Data records:

BEGIN

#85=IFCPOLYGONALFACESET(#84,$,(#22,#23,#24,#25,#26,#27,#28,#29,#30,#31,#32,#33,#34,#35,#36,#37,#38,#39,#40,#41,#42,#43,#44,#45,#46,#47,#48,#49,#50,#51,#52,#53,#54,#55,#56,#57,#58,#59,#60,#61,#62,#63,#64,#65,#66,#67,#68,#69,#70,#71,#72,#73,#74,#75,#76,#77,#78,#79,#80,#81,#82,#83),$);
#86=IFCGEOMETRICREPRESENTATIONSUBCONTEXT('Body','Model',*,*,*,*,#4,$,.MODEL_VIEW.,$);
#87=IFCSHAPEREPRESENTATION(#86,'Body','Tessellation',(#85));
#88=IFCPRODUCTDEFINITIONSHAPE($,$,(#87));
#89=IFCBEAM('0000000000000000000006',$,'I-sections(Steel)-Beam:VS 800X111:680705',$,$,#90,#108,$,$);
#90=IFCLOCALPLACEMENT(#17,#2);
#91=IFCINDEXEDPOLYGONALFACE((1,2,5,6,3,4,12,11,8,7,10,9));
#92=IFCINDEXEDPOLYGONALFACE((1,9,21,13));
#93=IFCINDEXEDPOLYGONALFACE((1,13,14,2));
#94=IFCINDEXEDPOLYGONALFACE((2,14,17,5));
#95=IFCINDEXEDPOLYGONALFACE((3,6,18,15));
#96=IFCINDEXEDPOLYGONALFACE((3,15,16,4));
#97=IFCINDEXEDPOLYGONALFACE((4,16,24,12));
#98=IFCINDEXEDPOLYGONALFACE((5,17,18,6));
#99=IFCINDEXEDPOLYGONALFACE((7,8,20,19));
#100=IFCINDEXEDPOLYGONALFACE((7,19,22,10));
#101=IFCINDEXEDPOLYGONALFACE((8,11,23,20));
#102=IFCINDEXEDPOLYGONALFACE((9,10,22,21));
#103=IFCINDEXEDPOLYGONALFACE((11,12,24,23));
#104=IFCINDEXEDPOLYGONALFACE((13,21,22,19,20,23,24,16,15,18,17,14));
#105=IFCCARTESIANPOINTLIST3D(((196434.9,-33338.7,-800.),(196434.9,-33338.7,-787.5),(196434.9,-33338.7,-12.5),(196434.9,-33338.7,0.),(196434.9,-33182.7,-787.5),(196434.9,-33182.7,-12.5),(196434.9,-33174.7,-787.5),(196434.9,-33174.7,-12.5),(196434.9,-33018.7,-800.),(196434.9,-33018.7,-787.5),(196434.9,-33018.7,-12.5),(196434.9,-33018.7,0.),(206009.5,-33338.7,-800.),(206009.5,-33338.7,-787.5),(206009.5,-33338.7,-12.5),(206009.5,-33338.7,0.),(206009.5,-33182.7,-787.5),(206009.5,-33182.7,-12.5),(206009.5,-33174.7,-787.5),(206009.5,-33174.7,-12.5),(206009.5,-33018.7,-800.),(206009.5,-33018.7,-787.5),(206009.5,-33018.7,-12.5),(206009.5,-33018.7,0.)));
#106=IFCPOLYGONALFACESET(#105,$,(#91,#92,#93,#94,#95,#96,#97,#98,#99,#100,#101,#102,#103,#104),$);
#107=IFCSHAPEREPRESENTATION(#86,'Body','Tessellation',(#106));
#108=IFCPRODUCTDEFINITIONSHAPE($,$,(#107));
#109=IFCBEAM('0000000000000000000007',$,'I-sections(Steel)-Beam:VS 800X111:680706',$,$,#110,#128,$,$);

END

WORK TO COMPLETE —
Copy each line above holding "Tessellation".

WRITTEN REPLY —
#87=IFCSHAPEREPRESENTATION(#86,'Body','Tessellation',(#85));
#107=IFCSHAPEREPRESENTATION(#86,'Body','Tessellation',(#106));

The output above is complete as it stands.